Last Friday, an eleven-member panel of the Ninth Circuit Court dismissed a claim by Catholics in San Francisco that the City Board of Supervisors violated the Establishment Clause when they denounced Church teaching and urged the Archbishop of San Francisco to defy the Vatican. A little background is warranted.
Early in 2006, Cardinal William Levada, Prefect of the Congregation for the Doctrine of the Faith, issued a statement clarifying that Church agencies should not place children for adoption with same-sex couples. The statement had particular significance for Levada’s former Archdiocese of San Francisco, whose Catholic Charities agency had been placing children for adoption with same-sex couples.
In response to Cardinal Levada’s statement, the San Francisco Board of Supervisors passed a resolution denouncing the Vatican’s foreign meddling, demanding Levada retract his “hateful,” “insulting,” “discriminatory,” “callous” and ignorant directive, and urging current San Francisco Archbishop George Niederauer and Catholic Charities “to defy all discriminatory directives of Cardinal Levada.” Members of the Board of Supervisors also threatened to remove funding from Catholic Charities’ other programs unless they did defy the Vatican (The City was not funding the adoption program at Catholic Charities).
Two Catholic citizens of San Francisco joined the Catholic League in filing suit against the Board of Supervisors claiming their resolution violated the Establishment Clause by, among other things, sending a message of official state disapproval of Catholic teaching and entangling itself with the internal affairs of a church.

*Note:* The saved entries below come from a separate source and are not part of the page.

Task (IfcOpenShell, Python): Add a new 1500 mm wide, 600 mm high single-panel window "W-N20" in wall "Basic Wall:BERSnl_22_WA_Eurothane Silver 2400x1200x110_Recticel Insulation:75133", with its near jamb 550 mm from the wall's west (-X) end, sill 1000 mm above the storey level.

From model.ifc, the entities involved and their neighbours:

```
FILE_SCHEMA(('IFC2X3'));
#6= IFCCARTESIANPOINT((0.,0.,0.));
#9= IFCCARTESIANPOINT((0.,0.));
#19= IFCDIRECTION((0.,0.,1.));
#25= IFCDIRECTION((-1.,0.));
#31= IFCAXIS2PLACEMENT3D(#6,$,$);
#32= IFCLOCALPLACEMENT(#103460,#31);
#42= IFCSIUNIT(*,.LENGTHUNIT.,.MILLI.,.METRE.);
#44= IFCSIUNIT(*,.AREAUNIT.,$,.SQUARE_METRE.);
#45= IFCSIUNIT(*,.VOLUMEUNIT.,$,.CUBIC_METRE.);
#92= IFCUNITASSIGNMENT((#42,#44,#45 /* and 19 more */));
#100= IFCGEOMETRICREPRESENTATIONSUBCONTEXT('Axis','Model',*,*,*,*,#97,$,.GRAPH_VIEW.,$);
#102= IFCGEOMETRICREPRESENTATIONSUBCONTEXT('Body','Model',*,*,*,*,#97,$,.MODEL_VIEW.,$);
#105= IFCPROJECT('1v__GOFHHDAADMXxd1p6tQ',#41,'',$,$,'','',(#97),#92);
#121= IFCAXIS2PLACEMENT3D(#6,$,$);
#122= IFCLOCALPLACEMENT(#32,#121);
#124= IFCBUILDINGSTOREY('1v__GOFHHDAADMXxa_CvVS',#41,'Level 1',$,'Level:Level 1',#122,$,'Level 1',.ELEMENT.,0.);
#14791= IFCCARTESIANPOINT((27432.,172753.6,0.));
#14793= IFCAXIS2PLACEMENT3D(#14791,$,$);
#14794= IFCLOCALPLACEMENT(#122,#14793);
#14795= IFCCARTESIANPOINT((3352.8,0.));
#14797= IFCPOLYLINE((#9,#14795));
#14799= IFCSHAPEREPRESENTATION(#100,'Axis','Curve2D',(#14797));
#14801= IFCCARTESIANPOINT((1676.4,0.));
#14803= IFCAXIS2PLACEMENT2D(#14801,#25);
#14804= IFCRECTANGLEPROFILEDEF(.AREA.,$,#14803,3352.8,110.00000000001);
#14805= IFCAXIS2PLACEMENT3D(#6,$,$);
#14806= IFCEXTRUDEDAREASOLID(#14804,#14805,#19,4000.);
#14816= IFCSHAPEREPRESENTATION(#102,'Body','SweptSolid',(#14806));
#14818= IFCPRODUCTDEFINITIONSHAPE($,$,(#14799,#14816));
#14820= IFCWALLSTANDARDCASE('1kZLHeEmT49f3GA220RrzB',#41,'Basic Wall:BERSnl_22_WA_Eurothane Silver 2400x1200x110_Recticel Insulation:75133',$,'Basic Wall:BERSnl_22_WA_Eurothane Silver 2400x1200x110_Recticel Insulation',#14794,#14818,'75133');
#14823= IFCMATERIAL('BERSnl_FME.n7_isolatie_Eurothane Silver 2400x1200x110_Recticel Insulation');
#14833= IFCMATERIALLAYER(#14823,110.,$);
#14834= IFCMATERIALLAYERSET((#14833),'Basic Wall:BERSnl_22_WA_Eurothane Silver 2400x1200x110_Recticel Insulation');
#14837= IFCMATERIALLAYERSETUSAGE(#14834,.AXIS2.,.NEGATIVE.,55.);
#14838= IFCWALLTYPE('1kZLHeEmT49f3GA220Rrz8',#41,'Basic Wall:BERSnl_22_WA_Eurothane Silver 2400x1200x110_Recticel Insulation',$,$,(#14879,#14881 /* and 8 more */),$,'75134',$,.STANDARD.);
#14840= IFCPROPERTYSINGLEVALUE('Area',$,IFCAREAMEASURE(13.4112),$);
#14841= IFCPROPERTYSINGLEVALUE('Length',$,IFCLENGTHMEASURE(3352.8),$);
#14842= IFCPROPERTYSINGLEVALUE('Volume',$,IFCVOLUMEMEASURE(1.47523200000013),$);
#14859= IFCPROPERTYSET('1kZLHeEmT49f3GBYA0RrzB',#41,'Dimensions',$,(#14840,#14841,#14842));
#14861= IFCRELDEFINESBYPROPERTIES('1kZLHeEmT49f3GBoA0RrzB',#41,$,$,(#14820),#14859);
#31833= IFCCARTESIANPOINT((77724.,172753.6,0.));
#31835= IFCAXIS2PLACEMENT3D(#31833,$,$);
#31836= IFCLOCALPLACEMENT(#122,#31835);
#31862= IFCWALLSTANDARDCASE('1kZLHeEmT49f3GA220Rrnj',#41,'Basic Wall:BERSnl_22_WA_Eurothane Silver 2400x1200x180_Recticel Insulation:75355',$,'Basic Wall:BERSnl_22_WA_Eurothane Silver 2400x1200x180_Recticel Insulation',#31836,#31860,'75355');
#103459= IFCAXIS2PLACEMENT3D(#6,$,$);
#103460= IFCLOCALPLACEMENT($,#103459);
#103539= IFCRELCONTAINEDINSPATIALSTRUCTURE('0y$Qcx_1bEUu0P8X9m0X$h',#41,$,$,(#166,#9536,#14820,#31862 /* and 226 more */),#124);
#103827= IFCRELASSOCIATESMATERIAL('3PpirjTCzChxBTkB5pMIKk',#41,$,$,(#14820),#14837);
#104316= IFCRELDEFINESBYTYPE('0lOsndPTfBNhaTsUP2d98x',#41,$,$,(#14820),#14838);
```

```python
import numpy as np
import ifcopenshell
import ifcopenshell.api.feature
import ifcopenshell.api.geometry
import ifcopenshell.api.pset
import ifcopenshell.api.root
import ifcopenshell.api.spatial
import ifcopenshell.api.type
import ifcopenshell.geom
import ifcopenshell.util.element
import ifcopenshell.util.placement
import ifcopenshell.util.representation
import ifcopenshell.util.shape
import ifcopenshell.util.unit

model = ifcopenshell.open("model.ifc")
unit_scale = ifcopenshell.util.unit.calculate_unit_scale(model)
area_scale = ifcopenshell.util.unit.calculate_unit_scale(model, "AREAUNIT")
volume_scale = ifcopenshell.util.unit.calculate_unit_scale(model, "VOLUMEUNIT")
settings = ifcopenshell.geom.settings()


def volume(element):
    """Net volume in cubic metres, openings subtracted."""
    shape = ifcopenshell.geom.create_shape(settings, element)
    return ifcopenshell.util.shape.get_volume(shape.geometry)


wall = model.by_guid("1kZLHeEmT49f3GA220RrzB")
storey = ifcopenshell.util.element.get_container(wall, ifc_class="IfcBuildingStorey")
context = ifcopenshell.util.representation.get_context(model, "Model", "Body", "MODEL_VIEW")
before = volume(wall)

width, height, from_end, sill = 1.5, 0.6, 0.55, 1  # metres

# The wall runs along its own X axis, and the end named is its -X end.
wall_shape = ifcopenshell.geom.create_shape(settings, wall)
x, y, z = ifcopenshell.util.shape.get_vertices(wall_shape.geometry).T
start = x.min() + from_end
face, thickness = float(y.min()), float(y.max() - y.min())
wall_matrix = ifcopenshell.util.placement.get_local_placement(wall.ObjectPlacement)
level = ifcopenshell.util.placement.get_local_placement(storey.ObjectPlacement)[2, 3]


def in_wall(x, y):
    """Placement at x, y metres in the wall's axes, at sill height."""
    matrix = wall_matrix.copy()
    matrix[:, 3] = wall_matrix @ np.array([x / unit_scale, y / unit_scale, 0.0, 1.0])
    matrix[2, 3] = level + sill / unit_scale
    return matrix


# Opening: a box that overshoots both wall faces by 50 mm.
opening = ifcopenshell.api.root.create_entity(model, ifc_class="IfcOpeningElement")
box = ifcopenshell.api.geometry.add_wall_representation(
    model, context=context, length=width, height=height, thickness=thickness + 0.1
)
ifcopenshell.api.geometry.assign_representation(model, product=opening, representation=box)
ifcopenshell.api.geometry.edit_object_placement(model, product=opening, matrix=in_wall(start, face - 0.05), is_si=False)
ifcopenshell.api.feature.add_feature(model, feature=opening, element=wall)

window = ifcopenshell.api.root.create_entity(model, ifc_class="IfcWindow", name="W-N20")
window.OverallWidth, window.OverallHeight = width / unit_scale, height / unit_scale
body = ifcopenshell.api.geometry.add_window_representation(
    model,
    context=context,
    overall_width=window.OverallWidth,
    overall_height=window.OverallHeight,
    partition_type="SINGLE_PANEL",
)
ifcopenshell.api.geometry.assign_representation(model, product=window, representation=body)
ifcopenshell.api.spatial.assign_container(model, products=[window], relating_structure=storey)
fills = ifcopenshell.api.feature.add_filling(model, opening=opening, element=window)
fills.OwnerHistory = window.OwnerHistory  # required in IFC2X3

# IFC2X3 keeps the operation on the window style.
style = ifcopenshell.api.root.create_entity(model, ifc_class="IfcWindowStyle", name="W-N20")
style.OperationType, style.ConstructionType = "SINGLE_PANEL", "NOTDEFINED"
style.ParameterTakesPrecedence = style.Sizeable = False
ifcopenshell.api.type.assign_type(model, related_objects=[window], relating_type=style)

# Centre the window in the wall's thickness.
ifcopenshell.api.geometry.edit_object_placement(model, product=window, matrix=in_wall(start, face), is_si=False)
window_shape = ifcopenshell.geom.create_shape(settings, window)
depth = ifcopenshell.util.shape.get_vertices(window_shape.geometry)[:, 1]
offset = face + thickness / 2 - (depth.min() + depth.max()) / 2
ifcopenshell.api.geometry.edit_object_placement(model, product=window, matrix=in_wall(start, offset), is_si=False)

after = volume(wall)

# Update the wall's stored quantities.
pset = model.by_id(ifcopenshell.util.element.get_pset(wall, "Dimensions", should_inherit=False)["id"])
ifcopenshell.api.pset.edit_pset(model, pset=pset, properties={
    "Area": model.create_entity("IfcAreaMeasure", after / thickness / area_scale),
    "Volume": model.create_entity("IfcVolumeMeasure", after / volume_scale),
})

print(f"wall volume {before:.3f} -> {after:.3f} m3")

model.write("model_v2.ifc")
```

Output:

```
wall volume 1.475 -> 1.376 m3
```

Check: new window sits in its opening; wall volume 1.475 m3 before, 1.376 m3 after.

The case was dismissed by a district court, a three member panel of the Ninth Circuit and now, finally by the Ninth Circuit en banc by 8-3. Five members of the court found that the Catholic citizens had no standing, three that they had standing but no valid claim, and three that they had standing and a valid claim. Here’s what the last three succinctly found in dissent:
…a mere message of disapproval, even in the absence of any coercion, suffices for an Establishment Clause violation . . .The “message” in the resolution [that] a Catholic doctrine duly communicated by the part of the Catholic church in charge of clarifying doctrine is “hateful,” “defamatory,” “insulting,” “callous,” and “discriminatory,” showing “insensitivity and ignorance,” the Catholic Church is a hateful foreign meddler in San Francisco’s affairs, the Catholic Church ought to “withdraw” its religious directive, and the local archbishop should defy his superior’s directive. This is indeed a “message of . . . disapproval.” And that is all it takes for it to be unconstitutional.
As to the entanglement issue, the dissent found:
San Francisco entangles itself with the Catholic hierarchy when it urges the local archbishop to defy the cardinal. It is a dramatic entanglement to resolve that the Cardinal “as head of the Congregation for the Doctrine of the Faith” should withdraw his directive. The Catholic Church, like the myriad other religions that have adherents in San Francisco, is entitled to develop and propagate its faith without assistance and direction from government.
Seems straightforward to me, but on the Ninth Circuit sense is held by only a minority of three. There are several other positions on the jurisprudence of the Establishment Clause in the court’s opinion, including this bizarre finding:
We would have a different case on our hands had the defendants called upon Cardinal Levada to recant his views on transubstantiation, or had urged Orthodox Jews to abandon the laws of kashrut, or Mormons their taboo of alcohol. Those matters of religious dogma are not within the secular arena in the way that same-sex marriage and adoption are.
Translated, your freedom of religion encompasses all the superstitious voodoo you care to indulge in, but you may not have a religious dogma at variance with something the City cares about – like sex.
Daniel Piedra with the Thomas More Law Center which represented the plaintiffs said the center will ask the Supreme Court to review the dismissal. If that happens, the Supreme Court could issue a writ ordering the lower court to re-evaluate the case based on the Establishment Clause. As stated above, five of the members didn’t even touch the merits of the case leaving a 3-3 division on the actual Constitutional issue.
“The current jurisprudence on the Establishment Clause is an absolute mess,” Piedra said. “There is no coherent principle,” he said, a fact evident within the Ninth Circuit’s three-way opinion in this case.